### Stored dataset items
# # #
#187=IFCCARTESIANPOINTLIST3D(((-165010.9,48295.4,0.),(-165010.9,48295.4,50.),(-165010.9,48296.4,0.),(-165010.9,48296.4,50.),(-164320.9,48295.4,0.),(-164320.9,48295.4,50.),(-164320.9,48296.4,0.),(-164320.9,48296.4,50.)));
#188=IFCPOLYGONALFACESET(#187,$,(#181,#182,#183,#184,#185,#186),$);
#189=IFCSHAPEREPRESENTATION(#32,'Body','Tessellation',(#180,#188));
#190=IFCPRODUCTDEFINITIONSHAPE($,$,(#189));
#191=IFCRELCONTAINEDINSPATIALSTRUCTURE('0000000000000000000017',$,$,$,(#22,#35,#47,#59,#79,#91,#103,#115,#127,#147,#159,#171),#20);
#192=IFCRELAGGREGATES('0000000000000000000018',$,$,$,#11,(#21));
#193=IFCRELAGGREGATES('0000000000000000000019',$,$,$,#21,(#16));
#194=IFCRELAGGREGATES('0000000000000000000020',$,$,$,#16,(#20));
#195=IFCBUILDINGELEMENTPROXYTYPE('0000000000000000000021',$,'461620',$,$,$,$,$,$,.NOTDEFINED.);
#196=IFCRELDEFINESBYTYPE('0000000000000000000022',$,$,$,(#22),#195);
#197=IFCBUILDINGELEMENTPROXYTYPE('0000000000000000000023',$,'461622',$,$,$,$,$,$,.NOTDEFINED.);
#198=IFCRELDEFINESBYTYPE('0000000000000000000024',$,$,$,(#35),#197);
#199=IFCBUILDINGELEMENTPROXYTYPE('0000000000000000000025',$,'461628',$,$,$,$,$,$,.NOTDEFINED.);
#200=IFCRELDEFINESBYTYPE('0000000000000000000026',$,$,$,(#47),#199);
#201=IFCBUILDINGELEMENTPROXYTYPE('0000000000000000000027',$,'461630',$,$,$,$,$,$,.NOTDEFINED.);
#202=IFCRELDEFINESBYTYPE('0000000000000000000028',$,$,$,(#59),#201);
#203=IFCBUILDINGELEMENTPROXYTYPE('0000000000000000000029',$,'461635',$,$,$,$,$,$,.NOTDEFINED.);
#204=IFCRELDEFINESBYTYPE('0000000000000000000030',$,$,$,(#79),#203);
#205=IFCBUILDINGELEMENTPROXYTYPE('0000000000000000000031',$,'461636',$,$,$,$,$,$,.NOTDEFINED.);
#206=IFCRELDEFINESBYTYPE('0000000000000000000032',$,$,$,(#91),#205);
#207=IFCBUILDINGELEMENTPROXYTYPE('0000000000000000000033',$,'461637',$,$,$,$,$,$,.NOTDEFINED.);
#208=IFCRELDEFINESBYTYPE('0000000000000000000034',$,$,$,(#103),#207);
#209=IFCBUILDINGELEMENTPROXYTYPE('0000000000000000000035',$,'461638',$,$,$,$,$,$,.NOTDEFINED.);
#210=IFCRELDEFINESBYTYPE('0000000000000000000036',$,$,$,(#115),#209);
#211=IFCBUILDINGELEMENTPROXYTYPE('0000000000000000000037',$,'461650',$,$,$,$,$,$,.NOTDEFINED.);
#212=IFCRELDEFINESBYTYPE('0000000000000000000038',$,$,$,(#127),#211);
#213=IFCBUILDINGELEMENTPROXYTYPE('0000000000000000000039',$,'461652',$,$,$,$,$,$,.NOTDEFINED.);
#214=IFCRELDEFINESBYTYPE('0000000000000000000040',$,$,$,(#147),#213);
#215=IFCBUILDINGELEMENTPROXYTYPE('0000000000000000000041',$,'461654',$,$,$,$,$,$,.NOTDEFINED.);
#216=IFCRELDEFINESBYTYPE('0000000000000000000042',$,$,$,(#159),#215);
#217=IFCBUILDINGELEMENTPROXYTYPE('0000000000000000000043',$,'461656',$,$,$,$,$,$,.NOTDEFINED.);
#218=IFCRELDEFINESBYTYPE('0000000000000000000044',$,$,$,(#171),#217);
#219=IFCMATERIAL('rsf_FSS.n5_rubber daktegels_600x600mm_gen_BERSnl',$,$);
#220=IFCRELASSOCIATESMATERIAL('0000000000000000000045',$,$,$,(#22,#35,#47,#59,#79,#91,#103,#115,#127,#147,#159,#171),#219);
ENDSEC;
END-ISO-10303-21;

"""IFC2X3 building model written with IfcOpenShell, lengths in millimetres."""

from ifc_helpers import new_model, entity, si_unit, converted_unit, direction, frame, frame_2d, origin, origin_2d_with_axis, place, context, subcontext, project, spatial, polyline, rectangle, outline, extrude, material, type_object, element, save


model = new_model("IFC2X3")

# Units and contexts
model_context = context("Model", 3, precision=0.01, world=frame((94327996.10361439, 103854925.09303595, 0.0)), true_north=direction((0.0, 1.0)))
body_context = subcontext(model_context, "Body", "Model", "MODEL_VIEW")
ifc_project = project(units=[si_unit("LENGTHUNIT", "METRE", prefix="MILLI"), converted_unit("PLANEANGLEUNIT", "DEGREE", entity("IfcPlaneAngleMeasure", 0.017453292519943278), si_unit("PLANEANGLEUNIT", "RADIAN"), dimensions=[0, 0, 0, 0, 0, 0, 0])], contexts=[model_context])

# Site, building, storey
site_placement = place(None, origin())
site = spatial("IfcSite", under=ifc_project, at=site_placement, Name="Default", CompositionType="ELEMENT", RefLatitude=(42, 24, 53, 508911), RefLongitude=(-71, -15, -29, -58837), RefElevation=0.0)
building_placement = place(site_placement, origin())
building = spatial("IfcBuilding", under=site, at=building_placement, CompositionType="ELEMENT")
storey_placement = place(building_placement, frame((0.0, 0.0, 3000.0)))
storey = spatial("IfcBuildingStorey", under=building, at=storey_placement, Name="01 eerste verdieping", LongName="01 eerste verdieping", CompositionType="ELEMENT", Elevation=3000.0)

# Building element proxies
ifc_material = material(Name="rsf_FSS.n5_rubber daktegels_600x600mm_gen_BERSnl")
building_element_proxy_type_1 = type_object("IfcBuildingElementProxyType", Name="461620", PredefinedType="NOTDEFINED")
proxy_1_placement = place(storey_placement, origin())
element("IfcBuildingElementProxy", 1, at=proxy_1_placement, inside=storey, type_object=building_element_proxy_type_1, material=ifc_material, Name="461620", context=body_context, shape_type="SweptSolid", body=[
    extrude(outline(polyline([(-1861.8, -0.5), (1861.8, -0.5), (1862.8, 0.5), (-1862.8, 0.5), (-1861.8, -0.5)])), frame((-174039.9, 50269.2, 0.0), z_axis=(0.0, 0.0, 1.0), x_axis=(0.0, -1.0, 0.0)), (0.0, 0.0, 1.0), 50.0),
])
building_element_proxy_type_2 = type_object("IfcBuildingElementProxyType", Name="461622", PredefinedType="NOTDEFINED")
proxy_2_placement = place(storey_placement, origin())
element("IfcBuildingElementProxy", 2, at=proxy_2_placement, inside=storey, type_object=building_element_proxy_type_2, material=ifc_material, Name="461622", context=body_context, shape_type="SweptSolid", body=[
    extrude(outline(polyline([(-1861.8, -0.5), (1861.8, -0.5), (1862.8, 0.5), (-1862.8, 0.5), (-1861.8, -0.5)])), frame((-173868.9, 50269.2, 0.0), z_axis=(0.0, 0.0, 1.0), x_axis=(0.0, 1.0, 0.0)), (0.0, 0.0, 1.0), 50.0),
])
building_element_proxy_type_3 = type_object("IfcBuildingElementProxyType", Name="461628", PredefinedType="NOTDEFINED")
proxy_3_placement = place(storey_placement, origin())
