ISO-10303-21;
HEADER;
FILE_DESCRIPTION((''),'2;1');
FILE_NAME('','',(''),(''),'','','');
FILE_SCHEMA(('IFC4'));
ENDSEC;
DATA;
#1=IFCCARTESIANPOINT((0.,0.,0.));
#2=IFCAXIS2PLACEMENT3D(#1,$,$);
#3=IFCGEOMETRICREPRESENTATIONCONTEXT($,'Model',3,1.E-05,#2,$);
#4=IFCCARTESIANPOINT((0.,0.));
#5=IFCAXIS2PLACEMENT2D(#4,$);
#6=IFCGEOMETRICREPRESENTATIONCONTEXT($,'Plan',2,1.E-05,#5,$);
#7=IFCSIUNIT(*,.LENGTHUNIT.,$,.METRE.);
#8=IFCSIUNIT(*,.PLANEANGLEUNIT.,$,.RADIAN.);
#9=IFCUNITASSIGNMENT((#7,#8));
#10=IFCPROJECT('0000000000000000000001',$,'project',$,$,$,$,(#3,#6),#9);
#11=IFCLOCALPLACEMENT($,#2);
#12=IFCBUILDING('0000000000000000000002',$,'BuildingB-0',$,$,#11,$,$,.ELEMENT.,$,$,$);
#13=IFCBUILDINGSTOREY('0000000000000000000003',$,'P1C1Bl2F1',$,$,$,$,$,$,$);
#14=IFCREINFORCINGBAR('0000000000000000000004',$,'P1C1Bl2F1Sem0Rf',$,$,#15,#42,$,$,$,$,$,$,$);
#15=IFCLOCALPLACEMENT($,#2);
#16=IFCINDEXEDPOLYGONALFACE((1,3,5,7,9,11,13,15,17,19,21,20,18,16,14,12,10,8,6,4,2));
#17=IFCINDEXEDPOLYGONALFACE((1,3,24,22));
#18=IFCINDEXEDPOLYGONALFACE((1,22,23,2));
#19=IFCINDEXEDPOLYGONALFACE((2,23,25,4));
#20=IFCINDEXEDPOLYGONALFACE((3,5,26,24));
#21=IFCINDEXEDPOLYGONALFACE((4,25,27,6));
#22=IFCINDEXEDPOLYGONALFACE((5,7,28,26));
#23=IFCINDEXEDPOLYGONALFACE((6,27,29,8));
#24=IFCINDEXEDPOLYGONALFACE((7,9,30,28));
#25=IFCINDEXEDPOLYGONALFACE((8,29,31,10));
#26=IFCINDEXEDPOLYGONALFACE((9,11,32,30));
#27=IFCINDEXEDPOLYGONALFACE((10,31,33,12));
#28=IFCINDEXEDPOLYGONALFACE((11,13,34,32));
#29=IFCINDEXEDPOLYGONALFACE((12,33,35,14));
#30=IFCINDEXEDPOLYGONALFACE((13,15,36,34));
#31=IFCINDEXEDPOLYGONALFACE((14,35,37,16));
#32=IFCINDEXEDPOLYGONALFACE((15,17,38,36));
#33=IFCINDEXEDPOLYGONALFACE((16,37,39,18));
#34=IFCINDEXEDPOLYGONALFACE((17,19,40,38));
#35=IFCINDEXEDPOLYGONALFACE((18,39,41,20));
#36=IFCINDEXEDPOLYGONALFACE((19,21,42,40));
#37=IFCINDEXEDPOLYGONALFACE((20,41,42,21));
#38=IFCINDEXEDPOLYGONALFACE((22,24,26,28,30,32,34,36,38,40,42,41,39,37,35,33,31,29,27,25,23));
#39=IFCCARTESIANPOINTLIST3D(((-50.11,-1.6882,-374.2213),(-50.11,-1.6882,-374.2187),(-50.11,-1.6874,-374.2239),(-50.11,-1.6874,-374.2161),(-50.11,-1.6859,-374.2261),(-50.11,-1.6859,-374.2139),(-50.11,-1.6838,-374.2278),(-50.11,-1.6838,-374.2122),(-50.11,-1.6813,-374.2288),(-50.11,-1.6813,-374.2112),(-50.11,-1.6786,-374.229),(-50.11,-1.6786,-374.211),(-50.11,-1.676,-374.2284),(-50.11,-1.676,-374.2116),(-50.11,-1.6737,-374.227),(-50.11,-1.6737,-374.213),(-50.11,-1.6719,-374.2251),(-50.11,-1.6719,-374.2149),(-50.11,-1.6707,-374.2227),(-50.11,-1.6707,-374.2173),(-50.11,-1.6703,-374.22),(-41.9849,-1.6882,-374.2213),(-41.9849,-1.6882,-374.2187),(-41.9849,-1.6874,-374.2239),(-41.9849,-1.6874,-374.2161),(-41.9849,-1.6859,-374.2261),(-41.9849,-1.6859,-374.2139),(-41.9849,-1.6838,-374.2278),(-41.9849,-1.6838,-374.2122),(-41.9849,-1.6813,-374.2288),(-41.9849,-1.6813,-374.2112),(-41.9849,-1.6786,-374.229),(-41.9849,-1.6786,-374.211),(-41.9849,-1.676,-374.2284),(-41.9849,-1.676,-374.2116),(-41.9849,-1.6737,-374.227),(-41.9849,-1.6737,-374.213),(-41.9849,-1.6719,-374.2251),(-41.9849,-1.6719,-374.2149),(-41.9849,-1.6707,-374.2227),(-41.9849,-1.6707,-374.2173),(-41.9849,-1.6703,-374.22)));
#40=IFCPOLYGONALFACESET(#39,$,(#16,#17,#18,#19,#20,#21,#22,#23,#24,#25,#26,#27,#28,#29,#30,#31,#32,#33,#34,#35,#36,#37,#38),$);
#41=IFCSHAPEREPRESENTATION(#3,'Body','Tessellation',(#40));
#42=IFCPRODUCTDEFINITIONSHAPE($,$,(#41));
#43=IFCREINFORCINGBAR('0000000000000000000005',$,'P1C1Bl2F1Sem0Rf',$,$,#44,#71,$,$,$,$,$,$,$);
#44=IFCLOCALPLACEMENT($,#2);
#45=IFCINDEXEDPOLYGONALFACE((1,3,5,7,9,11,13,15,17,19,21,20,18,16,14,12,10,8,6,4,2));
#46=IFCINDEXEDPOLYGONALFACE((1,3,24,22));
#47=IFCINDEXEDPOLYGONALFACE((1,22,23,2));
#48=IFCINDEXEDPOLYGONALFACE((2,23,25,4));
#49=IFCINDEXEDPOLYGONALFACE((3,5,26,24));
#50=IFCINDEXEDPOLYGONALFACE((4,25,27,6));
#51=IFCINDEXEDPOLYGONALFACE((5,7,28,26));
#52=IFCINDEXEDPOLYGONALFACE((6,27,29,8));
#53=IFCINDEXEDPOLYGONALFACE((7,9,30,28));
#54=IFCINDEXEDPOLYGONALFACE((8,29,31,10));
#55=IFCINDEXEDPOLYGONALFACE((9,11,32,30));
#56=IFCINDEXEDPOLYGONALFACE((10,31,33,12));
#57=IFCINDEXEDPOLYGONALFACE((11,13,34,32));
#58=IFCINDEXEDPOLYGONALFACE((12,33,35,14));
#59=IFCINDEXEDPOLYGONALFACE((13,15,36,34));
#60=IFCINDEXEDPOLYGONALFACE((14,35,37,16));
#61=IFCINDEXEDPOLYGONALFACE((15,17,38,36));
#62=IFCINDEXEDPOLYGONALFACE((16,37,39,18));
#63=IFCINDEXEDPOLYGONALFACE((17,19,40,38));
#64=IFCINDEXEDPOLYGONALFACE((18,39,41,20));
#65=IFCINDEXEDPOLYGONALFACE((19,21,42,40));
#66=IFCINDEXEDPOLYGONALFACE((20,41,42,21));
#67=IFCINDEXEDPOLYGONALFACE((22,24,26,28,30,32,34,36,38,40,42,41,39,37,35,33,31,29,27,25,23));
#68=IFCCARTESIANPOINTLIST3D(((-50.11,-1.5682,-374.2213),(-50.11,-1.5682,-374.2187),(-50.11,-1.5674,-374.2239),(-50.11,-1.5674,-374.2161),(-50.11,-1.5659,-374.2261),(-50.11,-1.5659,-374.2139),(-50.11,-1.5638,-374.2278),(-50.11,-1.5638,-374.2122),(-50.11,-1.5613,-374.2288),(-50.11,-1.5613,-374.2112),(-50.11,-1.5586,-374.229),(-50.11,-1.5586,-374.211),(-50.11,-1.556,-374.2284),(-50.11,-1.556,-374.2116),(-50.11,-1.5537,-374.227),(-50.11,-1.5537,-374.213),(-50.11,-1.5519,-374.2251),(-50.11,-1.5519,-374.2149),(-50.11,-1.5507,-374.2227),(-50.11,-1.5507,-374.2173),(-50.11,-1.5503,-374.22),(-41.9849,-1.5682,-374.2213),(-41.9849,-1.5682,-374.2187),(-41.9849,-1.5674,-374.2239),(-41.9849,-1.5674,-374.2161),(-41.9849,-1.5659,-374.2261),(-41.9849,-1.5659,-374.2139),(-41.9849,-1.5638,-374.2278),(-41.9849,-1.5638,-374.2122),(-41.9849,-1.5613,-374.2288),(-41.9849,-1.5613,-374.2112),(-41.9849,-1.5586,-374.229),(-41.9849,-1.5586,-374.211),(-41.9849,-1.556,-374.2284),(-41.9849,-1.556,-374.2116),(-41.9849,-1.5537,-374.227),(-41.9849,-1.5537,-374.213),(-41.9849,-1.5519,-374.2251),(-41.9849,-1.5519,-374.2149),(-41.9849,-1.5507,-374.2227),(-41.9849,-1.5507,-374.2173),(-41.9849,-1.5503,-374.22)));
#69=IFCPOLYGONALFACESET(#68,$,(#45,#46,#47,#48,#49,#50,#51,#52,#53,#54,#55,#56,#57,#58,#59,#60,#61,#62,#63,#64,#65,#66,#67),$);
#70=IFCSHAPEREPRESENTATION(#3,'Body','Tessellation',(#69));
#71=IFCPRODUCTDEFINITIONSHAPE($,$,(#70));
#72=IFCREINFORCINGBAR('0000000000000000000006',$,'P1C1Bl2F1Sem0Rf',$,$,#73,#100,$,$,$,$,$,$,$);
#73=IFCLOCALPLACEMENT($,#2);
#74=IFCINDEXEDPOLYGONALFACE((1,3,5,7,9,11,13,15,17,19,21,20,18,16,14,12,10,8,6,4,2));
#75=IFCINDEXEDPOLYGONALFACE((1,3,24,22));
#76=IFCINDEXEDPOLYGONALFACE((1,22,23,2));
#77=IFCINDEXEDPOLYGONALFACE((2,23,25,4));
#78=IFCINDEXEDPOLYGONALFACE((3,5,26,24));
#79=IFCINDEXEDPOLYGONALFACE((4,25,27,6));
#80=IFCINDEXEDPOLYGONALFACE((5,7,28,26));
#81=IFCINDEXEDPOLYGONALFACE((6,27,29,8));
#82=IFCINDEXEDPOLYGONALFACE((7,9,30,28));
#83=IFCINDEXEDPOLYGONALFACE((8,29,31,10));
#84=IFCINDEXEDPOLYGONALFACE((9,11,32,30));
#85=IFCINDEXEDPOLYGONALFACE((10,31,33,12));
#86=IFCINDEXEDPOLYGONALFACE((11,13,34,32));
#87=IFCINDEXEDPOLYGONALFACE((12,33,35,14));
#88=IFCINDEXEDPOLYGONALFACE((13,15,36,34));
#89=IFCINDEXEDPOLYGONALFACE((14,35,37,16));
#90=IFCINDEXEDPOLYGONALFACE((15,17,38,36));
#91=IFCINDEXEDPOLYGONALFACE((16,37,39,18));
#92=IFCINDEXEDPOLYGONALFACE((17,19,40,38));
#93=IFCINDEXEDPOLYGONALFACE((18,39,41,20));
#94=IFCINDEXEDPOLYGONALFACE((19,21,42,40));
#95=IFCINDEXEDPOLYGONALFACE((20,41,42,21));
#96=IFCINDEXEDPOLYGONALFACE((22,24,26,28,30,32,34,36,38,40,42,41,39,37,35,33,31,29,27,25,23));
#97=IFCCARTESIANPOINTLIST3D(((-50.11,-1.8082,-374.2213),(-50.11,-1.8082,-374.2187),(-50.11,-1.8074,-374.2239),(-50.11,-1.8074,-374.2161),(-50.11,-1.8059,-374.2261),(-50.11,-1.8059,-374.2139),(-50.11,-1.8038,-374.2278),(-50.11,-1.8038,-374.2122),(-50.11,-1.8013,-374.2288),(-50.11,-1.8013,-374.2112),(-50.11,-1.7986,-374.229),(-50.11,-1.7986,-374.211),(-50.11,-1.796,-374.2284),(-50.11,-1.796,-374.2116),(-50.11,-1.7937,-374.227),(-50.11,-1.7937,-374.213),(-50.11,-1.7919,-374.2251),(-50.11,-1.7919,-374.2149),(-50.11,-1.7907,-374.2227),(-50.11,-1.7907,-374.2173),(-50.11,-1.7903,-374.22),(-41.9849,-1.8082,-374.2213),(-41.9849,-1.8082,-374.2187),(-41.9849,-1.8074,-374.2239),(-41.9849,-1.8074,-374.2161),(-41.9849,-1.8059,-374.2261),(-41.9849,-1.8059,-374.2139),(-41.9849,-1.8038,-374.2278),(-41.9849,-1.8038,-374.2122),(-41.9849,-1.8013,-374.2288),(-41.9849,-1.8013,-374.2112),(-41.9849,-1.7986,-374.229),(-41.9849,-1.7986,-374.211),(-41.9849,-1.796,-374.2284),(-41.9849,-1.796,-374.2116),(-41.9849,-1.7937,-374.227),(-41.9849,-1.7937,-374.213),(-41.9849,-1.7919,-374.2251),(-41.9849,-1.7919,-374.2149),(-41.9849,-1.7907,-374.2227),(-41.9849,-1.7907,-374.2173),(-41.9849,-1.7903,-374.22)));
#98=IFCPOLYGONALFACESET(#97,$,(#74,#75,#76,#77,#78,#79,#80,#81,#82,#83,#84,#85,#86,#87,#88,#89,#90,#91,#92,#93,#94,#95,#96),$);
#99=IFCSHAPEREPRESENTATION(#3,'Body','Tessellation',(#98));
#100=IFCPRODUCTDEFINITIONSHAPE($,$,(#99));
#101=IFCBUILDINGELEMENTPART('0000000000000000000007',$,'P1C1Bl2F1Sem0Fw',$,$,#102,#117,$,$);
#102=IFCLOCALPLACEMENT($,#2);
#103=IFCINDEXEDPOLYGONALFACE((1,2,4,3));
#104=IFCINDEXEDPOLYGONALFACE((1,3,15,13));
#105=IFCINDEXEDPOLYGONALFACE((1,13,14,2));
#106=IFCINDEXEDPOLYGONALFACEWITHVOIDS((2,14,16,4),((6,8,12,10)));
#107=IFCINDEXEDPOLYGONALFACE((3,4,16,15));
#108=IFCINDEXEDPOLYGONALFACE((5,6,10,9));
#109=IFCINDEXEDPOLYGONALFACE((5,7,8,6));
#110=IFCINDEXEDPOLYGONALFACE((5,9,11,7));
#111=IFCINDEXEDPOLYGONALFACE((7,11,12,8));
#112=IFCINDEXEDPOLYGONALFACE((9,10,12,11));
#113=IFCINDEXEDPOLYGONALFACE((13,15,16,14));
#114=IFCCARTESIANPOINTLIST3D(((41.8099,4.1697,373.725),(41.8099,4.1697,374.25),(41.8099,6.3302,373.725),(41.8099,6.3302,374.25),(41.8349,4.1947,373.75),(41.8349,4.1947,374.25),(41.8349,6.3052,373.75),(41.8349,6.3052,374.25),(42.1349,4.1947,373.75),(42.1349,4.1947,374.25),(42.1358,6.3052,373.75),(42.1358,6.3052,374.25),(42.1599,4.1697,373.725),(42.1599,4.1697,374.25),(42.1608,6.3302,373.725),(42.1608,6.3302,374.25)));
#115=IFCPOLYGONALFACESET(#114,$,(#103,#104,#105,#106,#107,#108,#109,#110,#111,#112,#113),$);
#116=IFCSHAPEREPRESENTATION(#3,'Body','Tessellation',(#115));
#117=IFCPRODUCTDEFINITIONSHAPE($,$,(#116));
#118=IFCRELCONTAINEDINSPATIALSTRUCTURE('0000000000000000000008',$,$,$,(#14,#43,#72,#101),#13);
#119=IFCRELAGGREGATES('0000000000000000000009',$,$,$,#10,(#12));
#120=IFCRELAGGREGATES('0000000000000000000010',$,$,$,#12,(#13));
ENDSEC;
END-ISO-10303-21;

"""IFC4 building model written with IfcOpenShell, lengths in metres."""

from ifc_helpers import new_model, entity, si_unit, origin, origin_2d, place, context, project, spatial, polyline, outline, extrude, element, save


model = new_model("IFC4")

# Units and contexts
model_context = context("Model", 3, precision=1e-05, world=origin())
plan_context = context("Plan", 2, precision=1e-05, world=origin_2d())
ifc_project = project(units=[si_unit("LENGTHUNIT", "METRE"), si_unit("PLANEANGLEUNIT", "RADIAN")], contexts=[model_context, plan_context])

# Building, storey
building_placement = place(None, origin())
building = spatial("IfcBuilding", under=ifc_project, at=building_placement, Name="BuildingB-0", CompositionType="ELEMENT")
storey = spatial("IfcBuildingStorey", under=building, Name="P1C1Bl2F1")

# Reinforcing bars
element("IfcReinforcingBar", 1, inside=storey, Name="P1C1Bl2F1Sem0Rf", context=model_context, shape_type="SweptSolid", body=[
    entity("IfcSurfaceCurveSweptAreaSolid", entity("IfcCircleProfileDef", "AREA", None, None, 0.009), None, entity("IfcPolyline", [entity("IfcCartesianPoint", [41.9849, 1.6793, 374.22]), entity("IfcCartesianPoint", [50.11, 1.6793, 374.22])]), None, None, entity("IfcPlane", entity("IfcAxis2Placement3D", entity("IfcCartesianPoint", [41.9849, 1.6793, 374.22]), entity("IfcDirection", [0.0, 0.0, 1.0]), entity("IfcDirection", [1.0, 0.0, 0.0])))),
])
element("IfcReinforcingBar", 2, inside=storey, Name="P1C1Bl2F1Sem0Rf", context=model_context, shape_type="SweptSolid", body=[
# # #
### TRY IT
Return a word-for-word copy of the lines above from the one holding "proxy_3_placement = place(storey_placement, origin())" through the one holding "#3=IFCGEOMETRICREPRESENTATIONCONTEXT($,'Model',3,1.E-05,#2,$);", with both of them included and nothing besides.

### THE ANSWER
proxy_3_placement = place(storey_placement, origin())
ISO-10303-21;
HEADER;
FILE_DESCRIPTION((''),'2;1');
FILE_NAME('','',(''),(''),'','','');
FILE_SCHEMA(('IFC4'));
ENDSEC;
DATA;
#1=IFCCARTESIANPOINT((0.,0.,0.));
#2=IFCAXIS2PLACEMENT3D(#1,$,$);
#3=IFCGEOMETRICREPRESENTATIONCONTEXT($,'Model',3,1.E-05,#2,$);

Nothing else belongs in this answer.